In the entire state of Pennsylvania, about 81,000 elderly residents live in over 700 nursing homes. In previous years, the majority of Pennsylvania nursing care facilities have earned at least three stars or higher, with over 170 of the state’s homes being awarded five stars from the Centers for Medicare and Medicaid.

Changes to the scoring system and the way that health care is measured raised more than a few concerns in the past two years, and in 2015, the Pennsylvania Attorney General’s office took a closer look at many of the nursing care facilities in the state.

Increased Fines and New Reporting Methods

In the first half of 2015, fines faced by nursing facilities for unmet health and safety standards more than tripled, making them the highest fines ever levied against Pennsylvania nursing homes since 2009. This is largely due to a 36-facility lawsuit brought against Golden Living Centers, as well as evidence that almost none of the cases of alleged sexual and physical abuse ever resulted in criminal charges.

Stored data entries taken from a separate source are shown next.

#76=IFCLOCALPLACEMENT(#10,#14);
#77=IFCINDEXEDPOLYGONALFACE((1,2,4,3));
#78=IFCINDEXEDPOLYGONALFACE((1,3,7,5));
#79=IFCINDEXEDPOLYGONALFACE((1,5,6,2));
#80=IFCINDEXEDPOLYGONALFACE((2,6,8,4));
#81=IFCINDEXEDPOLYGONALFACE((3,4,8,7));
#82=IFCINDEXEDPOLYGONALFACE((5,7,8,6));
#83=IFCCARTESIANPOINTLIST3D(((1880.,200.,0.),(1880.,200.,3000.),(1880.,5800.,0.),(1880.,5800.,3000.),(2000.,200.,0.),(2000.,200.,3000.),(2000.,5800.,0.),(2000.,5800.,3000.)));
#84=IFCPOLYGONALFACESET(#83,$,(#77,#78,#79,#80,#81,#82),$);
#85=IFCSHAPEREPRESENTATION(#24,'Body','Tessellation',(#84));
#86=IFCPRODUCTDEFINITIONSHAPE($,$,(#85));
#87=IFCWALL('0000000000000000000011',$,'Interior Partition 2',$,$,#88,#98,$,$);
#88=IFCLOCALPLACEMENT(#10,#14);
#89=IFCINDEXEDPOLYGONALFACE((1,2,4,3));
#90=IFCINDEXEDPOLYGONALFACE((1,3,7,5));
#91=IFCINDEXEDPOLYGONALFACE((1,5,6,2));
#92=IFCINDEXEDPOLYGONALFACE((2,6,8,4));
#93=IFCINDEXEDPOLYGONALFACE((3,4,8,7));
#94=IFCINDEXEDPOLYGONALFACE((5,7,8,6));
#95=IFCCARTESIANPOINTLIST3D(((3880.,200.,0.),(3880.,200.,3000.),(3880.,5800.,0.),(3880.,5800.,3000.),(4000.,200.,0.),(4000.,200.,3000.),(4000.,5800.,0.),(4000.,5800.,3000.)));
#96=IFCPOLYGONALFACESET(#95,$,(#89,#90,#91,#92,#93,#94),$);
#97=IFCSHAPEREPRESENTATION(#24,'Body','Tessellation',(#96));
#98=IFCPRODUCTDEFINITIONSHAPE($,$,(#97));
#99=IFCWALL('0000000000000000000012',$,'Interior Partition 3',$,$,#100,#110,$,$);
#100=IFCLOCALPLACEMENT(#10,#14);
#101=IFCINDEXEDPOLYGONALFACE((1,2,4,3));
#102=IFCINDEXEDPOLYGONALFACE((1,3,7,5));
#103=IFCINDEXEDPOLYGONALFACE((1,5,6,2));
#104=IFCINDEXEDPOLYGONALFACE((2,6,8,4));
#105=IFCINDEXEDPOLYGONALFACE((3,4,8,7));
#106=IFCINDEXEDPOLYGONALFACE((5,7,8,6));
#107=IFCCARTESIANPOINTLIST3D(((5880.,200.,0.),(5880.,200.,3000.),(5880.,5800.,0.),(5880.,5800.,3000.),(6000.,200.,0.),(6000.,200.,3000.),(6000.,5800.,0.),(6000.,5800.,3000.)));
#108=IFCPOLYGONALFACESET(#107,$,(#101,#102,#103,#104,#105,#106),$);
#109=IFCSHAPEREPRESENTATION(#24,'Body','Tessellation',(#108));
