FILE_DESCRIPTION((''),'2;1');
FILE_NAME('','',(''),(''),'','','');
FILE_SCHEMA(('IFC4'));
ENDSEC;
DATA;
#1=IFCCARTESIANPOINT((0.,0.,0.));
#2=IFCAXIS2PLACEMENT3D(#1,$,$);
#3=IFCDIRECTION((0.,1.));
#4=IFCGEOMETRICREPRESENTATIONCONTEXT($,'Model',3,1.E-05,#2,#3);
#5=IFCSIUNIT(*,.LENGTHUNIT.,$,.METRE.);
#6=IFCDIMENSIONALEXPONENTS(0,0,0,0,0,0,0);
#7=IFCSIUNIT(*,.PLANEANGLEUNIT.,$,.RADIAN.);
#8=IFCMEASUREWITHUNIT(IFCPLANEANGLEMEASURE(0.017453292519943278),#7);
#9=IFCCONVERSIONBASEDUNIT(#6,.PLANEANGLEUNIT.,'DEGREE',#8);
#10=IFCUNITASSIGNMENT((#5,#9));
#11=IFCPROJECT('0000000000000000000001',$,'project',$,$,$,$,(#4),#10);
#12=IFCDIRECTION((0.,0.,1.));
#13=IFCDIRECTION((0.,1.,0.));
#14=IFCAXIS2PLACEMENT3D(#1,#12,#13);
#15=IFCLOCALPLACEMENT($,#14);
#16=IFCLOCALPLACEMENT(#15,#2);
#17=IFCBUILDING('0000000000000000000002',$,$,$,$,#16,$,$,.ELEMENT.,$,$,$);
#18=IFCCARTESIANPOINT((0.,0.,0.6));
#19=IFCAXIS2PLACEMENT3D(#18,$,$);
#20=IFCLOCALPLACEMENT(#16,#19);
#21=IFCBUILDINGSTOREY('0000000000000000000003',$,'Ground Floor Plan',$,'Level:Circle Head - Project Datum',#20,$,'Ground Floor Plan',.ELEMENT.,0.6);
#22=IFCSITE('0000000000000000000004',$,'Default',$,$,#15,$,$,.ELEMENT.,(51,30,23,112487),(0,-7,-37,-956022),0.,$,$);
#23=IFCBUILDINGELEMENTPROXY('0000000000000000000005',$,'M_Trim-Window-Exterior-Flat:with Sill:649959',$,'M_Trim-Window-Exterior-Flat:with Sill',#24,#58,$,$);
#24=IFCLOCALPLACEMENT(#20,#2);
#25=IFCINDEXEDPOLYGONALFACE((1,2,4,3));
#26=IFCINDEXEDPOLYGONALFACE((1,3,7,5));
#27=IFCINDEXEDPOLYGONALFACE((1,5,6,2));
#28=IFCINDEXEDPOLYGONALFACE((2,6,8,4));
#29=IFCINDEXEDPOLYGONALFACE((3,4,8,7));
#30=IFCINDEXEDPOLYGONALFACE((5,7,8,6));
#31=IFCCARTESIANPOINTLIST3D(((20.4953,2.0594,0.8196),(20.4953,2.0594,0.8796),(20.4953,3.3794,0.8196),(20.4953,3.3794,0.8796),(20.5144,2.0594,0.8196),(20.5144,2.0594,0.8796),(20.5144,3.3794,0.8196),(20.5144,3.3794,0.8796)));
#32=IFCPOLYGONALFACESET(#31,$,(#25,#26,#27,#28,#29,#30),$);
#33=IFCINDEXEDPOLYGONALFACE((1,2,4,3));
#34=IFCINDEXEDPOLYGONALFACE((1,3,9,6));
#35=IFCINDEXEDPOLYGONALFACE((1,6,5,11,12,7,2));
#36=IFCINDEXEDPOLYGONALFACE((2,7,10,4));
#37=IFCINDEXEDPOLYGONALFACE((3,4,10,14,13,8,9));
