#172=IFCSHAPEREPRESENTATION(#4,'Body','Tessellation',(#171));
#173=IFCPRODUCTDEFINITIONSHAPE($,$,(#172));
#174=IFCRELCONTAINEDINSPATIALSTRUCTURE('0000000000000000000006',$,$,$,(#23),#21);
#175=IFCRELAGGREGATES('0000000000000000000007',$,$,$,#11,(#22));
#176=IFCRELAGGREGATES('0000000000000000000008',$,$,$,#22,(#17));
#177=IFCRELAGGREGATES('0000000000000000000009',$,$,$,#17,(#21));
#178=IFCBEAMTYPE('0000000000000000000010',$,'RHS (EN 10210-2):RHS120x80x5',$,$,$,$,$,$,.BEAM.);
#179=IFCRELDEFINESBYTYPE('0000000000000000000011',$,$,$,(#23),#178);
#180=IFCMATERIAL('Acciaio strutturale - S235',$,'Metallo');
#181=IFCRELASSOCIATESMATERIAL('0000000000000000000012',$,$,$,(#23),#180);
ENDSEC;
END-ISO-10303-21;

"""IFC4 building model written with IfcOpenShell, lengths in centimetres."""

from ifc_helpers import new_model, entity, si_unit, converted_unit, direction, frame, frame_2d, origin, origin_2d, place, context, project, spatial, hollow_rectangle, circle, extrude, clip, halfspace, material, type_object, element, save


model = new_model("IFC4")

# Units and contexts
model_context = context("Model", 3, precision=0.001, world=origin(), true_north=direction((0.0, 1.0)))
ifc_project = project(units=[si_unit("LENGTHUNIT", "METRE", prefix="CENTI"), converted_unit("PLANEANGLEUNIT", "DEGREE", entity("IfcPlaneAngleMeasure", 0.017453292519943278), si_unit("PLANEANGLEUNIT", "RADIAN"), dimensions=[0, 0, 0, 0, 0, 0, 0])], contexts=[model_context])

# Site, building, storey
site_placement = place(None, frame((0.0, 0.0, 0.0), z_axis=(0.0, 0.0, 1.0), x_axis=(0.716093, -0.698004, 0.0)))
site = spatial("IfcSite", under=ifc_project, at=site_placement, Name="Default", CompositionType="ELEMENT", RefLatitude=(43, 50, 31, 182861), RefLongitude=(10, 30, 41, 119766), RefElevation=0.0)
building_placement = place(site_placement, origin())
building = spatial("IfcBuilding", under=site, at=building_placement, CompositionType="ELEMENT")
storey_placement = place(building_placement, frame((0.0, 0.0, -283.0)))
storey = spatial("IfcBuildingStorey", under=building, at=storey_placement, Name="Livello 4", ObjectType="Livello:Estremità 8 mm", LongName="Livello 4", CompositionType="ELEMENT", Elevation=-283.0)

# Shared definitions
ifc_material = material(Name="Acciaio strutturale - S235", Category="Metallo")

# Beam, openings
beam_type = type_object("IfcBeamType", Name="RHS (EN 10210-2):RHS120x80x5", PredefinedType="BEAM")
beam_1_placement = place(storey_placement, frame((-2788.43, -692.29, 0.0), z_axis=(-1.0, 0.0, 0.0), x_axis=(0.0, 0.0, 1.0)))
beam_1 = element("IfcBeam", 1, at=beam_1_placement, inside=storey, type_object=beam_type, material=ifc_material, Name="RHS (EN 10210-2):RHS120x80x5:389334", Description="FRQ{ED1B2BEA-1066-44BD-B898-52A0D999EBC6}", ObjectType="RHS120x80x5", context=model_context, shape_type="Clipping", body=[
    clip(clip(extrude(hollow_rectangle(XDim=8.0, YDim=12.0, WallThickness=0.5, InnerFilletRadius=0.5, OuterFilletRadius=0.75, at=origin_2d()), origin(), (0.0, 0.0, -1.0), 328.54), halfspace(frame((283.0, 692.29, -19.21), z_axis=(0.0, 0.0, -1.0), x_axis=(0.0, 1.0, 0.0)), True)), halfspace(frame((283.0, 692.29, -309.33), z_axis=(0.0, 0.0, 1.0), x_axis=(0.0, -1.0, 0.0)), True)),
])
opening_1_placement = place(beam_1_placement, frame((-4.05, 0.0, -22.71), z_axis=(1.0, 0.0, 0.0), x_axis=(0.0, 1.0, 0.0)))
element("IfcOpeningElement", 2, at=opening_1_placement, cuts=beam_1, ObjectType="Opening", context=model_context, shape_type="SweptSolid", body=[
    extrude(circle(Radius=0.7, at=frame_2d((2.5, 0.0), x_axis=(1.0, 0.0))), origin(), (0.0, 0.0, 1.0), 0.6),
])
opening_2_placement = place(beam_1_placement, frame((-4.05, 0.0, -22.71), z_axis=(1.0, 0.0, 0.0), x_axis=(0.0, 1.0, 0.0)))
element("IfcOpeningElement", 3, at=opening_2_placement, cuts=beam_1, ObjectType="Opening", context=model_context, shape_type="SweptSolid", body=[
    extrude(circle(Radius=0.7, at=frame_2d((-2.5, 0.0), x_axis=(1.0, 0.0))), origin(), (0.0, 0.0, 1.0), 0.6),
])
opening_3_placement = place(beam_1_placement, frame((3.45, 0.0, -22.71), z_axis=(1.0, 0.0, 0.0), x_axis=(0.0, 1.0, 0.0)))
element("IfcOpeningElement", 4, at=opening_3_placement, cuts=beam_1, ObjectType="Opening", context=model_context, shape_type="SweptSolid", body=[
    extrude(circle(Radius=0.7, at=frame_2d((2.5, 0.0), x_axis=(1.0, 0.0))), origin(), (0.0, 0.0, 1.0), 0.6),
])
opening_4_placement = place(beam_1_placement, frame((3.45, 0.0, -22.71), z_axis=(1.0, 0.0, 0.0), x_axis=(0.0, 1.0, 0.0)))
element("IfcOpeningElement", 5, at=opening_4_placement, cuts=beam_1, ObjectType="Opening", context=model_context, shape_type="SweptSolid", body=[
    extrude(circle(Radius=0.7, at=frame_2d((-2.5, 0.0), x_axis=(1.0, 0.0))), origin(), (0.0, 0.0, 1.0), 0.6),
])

In addition to enforcing more fines for Pittsburgh nursing homes not providing adequate healthcare and safety routines, the Attorney General’s office also took steps to make it easier for Pittsburgh citizens to report suspicions of elder abuse. Pennsylvania is one state of a few that require facility employees or management staff to report to authorities immediately if abuse or neglect is suspected. But the fear of retribution or being charged with crimes themselves held many people back from reporting.

The Attorney General set up an anonymous reporting system that is manned 24 hours a day by Department of Aging counselors. Anyone who calls in can choose to remain anonymous, and is granted freedom from any criminal liability regarding the case of suspected elder abuse.

Veteran Home Cited

In early 2016, a Pittsburgh nursing home for veterans was cited by the state for two known cases of elder abuse involving the criminal act of confinement.

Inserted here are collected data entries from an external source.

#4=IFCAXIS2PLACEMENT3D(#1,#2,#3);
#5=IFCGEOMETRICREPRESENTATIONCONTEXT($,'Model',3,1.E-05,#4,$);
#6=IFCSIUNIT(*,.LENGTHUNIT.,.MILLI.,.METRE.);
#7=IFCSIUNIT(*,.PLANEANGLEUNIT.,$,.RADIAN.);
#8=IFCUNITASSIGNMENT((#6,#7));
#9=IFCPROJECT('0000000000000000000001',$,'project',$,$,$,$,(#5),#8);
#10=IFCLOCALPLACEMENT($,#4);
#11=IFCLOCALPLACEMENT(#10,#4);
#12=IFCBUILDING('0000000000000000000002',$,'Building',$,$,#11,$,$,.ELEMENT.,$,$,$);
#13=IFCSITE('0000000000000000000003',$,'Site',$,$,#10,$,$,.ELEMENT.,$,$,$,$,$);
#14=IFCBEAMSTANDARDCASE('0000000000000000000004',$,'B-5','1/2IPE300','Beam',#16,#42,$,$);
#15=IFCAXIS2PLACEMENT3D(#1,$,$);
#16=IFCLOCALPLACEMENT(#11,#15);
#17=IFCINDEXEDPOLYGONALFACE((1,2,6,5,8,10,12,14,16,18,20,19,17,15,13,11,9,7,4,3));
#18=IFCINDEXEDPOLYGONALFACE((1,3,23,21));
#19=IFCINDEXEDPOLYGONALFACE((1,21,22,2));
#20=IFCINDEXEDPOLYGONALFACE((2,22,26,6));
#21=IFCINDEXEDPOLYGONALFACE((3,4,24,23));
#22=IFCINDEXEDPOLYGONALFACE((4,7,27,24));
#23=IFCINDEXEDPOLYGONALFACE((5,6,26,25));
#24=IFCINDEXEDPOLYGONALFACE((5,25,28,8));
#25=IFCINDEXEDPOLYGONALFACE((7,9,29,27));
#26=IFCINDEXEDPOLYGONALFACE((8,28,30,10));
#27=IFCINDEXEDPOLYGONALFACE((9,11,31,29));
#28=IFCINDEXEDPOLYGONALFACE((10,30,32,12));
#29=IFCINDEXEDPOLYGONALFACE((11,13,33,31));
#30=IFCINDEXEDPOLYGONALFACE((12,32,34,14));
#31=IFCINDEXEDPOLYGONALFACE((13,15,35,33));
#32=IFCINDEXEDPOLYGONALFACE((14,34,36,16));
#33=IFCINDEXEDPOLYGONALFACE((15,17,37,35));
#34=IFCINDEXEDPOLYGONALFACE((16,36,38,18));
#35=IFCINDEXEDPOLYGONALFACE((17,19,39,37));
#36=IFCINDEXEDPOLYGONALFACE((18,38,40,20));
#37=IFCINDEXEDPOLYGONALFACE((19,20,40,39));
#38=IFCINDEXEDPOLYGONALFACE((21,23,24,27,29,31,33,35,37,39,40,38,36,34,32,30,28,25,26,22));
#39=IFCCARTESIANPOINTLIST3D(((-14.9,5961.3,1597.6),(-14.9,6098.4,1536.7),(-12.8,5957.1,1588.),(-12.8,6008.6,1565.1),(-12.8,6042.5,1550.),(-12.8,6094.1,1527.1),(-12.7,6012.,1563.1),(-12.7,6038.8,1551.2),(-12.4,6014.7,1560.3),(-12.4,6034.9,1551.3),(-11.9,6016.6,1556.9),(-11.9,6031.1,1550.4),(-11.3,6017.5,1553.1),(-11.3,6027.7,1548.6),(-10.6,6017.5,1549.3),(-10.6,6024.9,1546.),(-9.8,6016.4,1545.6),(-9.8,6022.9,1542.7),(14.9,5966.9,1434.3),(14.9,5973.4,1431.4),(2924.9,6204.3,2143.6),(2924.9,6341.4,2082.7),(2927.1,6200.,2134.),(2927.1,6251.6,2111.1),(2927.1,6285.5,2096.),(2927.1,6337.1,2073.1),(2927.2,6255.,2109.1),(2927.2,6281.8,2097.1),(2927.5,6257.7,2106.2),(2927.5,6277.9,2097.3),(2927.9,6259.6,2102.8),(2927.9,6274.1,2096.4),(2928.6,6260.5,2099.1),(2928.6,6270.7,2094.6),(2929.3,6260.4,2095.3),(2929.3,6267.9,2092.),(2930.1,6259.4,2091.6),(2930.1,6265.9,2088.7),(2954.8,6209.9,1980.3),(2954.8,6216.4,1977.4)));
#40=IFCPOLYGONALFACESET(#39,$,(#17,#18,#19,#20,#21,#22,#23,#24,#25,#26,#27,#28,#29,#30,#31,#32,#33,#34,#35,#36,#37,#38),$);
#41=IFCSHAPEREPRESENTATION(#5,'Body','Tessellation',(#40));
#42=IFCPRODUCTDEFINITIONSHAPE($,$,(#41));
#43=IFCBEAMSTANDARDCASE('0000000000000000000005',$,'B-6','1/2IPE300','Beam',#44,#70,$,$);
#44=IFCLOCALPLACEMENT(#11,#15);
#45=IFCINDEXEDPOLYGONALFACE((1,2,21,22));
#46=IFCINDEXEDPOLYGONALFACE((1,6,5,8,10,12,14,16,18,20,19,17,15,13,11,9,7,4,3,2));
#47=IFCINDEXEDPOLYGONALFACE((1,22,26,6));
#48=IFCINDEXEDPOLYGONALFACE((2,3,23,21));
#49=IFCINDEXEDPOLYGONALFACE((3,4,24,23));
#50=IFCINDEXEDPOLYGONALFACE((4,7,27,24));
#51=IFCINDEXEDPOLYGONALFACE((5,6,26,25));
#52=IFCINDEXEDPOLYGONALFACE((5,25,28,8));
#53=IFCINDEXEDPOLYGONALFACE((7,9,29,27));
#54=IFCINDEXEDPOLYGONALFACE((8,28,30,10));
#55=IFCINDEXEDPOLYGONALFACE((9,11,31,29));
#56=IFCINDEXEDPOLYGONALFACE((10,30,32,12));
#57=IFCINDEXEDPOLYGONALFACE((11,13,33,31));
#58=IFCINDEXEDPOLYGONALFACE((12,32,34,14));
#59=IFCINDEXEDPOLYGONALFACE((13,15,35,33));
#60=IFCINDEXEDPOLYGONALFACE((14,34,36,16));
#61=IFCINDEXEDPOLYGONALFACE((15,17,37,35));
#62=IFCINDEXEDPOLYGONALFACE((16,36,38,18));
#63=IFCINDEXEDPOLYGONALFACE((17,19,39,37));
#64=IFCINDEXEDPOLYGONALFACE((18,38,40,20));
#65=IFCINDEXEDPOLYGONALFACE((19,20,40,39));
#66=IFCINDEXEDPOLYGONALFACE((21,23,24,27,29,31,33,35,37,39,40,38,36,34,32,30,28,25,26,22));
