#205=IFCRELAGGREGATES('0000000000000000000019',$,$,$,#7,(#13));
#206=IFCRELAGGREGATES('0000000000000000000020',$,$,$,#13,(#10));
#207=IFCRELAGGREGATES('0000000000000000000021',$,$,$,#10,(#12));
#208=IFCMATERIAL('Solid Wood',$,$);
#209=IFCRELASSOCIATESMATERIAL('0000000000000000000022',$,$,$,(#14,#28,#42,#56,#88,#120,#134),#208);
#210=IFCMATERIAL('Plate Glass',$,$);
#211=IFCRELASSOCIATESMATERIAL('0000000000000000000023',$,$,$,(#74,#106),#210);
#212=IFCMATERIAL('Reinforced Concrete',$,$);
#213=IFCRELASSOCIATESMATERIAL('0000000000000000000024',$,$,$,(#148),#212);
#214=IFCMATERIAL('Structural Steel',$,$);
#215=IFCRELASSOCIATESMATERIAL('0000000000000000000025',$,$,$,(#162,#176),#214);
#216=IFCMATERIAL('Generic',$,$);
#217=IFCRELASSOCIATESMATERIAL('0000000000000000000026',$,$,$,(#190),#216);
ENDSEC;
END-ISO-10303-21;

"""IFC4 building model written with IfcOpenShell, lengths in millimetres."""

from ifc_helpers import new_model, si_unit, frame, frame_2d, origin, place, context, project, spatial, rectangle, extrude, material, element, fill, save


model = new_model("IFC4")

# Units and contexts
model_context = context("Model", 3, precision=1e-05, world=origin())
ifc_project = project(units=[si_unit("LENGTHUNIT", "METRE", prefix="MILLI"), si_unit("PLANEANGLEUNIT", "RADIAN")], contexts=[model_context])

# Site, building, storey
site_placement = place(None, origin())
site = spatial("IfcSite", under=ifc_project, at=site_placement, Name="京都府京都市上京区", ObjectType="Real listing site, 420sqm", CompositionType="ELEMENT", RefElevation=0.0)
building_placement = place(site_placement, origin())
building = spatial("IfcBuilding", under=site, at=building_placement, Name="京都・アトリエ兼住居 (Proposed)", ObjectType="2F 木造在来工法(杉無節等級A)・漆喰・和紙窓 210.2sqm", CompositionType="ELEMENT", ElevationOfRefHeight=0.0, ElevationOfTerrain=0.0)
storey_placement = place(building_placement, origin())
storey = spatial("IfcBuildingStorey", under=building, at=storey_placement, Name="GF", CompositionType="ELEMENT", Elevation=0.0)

In one case, a patient remained in leg restraints for over five months without the mandatory 30-day assessments that could have shown he was ready to be released from restraints. Pennsylvania state law declares that any resident in a nursing home facility has the right to refuse restraints if they are not for an immediate medical need.

Another case from a year earlier showed that in the same Pittsburgh facility, a resident was kept in a seatbelt restraint in a wheelchair for over a year, and had only a single required monthly assessment during that time. There are only six state-run facilities for veteran care in the sate, and other findings have showed a failure to keep proper medical records of patients in these facilities.

An inspection by the Medicare and Medicaid program employees also revealed that carts of medicine were routinely left unlocked and unsupervised in areas where residents could access them.

Due to all of these health and safety concerns, the Pittsburgh facility was cited for elder abuse, and is being fined.

Ombudsman Program

For any senior citizen who believes they may be a victim of abuse in a Pittsburgh nursing facility, the Ombudsman Program is a good place to start to receive assistance and representation. This program connects seniors to resources to help them manage finances and insurance benefits, understand medications and communicate better with doctors and other healthcare providers, information on maintaining dignity and rights during long-term medical care, and help choosing the right type of care.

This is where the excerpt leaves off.